# Black neons in the back and hiding



## DOJOLOACH (Aug 5, 2009)

My 11 black neon tetras won't swim in the middle of the tank. All they do is swim along the back wall and at the very top, I can never see them. The tank is a 20 gallon. Any thoughts on why they are doing this? My other fish are 4 red serpae tetras and some ghost shrimp. Thanks


----------



## Qwertus (Oct 14, 2008)

They are probably shy. Did you just add them?


----------



## hamsterman (Sep 19, 2006)

If they are new as Qwertus said, give them some time to adjust. They should be out and about in no time.


----------



## DOJOLOACH (Aug 5, 2009)

I added them about 2 months ago. But they are shy so I guess that would probably be why


----------



## Karebear (Oct 6, 2008)

Just another thought, serpae tetras can be aggresive to their tankmates and that would keep your black neons in the back away from open water


----------



## cah925 (Jun 23, 2007)

I've had black neon tetras on several occasions over the past few years and mine have never been shy.

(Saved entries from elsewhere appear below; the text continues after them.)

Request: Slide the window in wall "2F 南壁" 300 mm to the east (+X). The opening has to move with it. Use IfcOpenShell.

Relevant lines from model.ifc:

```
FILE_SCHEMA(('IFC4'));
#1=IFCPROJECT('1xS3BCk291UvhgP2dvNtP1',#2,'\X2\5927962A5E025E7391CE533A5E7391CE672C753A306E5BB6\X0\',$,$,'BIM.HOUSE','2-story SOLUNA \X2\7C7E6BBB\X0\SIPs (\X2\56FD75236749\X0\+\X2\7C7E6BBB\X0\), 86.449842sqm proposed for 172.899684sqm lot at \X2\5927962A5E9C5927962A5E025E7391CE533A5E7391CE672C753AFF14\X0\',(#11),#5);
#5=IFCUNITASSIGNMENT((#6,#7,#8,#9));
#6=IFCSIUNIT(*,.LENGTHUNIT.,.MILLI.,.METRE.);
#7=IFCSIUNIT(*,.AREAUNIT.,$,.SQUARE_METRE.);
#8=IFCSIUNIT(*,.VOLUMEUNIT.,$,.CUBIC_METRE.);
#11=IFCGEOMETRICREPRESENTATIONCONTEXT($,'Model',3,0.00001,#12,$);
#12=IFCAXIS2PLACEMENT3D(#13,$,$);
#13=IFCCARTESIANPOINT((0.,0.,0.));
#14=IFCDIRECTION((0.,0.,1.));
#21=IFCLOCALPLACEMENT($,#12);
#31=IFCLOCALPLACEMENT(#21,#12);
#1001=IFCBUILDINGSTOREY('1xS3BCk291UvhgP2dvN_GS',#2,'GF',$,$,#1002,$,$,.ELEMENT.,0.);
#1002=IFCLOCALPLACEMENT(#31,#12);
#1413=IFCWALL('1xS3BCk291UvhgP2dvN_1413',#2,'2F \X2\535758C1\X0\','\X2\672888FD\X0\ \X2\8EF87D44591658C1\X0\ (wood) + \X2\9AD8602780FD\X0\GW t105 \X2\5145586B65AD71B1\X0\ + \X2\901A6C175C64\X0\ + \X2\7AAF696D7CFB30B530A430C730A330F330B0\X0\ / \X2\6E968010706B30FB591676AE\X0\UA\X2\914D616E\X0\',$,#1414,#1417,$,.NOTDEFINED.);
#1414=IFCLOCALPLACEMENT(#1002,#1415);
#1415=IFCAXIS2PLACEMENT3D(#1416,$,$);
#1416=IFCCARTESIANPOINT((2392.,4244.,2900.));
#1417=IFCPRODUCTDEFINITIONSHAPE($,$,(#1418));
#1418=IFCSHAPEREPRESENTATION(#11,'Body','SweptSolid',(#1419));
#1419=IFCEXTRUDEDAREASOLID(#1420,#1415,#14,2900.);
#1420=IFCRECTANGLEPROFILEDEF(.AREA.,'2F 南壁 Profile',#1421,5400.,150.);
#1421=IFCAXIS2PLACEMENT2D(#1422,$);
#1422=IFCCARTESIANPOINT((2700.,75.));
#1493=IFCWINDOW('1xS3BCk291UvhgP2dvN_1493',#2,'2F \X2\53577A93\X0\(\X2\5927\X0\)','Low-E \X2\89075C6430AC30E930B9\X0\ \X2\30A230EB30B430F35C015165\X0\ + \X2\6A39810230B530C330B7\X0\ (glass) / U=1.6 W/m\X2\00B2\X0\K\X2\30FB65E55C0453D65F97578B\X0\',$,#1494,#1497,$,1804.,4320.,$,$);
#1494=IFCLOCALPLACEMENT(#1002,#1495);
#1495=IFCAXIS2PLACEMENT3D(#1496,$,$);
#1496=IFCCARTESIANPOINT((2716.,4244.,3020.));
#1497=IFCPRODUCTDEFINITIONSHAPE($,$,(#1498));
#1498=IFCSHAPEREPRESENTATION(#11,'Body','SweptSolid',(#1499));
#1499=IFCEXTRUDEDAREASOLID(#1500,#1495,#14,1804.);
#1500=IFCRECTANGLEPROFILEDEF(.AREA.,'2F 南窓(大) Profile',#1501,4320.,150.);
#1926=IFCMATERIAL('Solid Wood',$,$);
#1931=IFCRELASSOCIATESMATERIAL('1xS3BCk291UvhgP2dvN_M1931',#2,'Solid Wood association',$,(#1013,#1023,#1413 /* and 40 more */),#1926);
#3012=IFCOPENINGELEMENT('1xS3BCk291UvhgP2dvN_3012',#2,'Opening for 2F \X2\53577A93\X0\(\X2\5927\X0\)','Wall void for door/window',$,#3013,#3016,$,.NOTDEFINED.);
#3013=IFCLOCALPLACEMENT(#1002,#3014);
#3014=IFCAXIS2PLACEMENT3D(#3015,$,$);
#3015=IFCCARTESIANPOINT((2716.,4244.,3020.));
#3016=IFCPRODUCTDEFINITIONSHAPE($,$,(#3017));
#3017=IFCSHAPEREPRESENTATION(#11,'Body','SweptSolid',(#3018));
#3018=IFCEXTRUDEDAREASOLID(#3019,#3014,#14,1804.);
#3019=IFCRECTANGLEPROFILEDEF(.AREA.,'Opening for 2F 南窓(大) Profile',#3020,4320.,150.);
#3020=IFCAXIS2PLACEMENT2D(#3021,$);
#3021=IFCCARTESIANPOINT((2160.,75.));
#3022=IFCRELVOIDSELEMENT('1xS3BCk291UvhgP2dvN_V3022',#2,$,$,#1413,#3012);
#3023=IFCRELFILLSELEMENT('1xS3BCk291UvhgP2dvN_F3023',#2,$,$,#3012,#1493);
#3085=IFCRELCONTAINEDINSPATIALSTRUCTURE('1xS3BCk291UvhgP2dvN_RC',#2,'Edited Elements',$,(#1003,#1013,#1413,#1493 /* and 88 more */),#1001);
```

```python
import ifcopenshell
import ifcopenshell.api.geometry
import ifcopenshell.util.placement
import ifcopenshell.util.unit

model = ifcopenshell.open("model.ifc")
unit_scale = ifcopenshell.util.unit.calculate_unit_scale(model)

window = model.by_id(1493)
opening = window.FillsVoids[0].RelatingOpeningElement
wall = opening.VoidsElements[0].RelatingBuildingElement

wall_matrix = ifcopenshell.util.placement.get_local_placement(wall.ObjectPlacement)
shift = wall_matrix[:3, 0] * 0.3 / unit_scale
before = ifcopenshell.util.placement.get_local_placement(window.ObjectPlacement)[:3, 3].copy()

# The window is not placed relative to its opening, so move both.
for product in (opening, window):
    matrix = ifcopenshell.util.placement.get_local_placement(product.ObjectPlacement)
    matrix[:3, 3] += shift
    ifcopenshell.api.geometry.edit_object_placement(model, product=product, matrix=matrix, is_si=False)

after = ifcopenshell.util.placement.get_local_placement(window.ObjectPlacement)[:3, 3]
print("window moved by", (after - before).round(3) + 0.0)

model.write("model_v2.ifc")
```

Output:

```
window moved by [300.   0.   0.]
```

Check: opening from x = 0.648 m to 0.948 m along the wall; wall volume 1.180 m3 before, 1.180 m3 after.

As others have said, it may be a more aggressive fish keeping them in hiding.


----------



## DOJOLOACH (Aug 5, 2009)

Could be the Serpae tetras too. I have seen them chasing the neons a little bit, but when I leave the room and "sneak" back in. The tetras are out in the middle so it must be that they are shy. Thanks a bunch guys and girls. The tetras make the tank look a lot better in my opinion.


----------



## MotionInsilver (Oct 19, 2009)

ur'e not the only one, my black neon school: I got about 12+ give or take, in a 55g tank and the only other fish besides plecos/cories are the cardinal tetras- they just hang out anywhere in the tank unbothered but once they see a person in the room- its a different story 


the black neons would just scatter and hide behind the cavework i Have set up in the tank however the cardinals are careless what I do. I've had those tetras for almost 2 years now. 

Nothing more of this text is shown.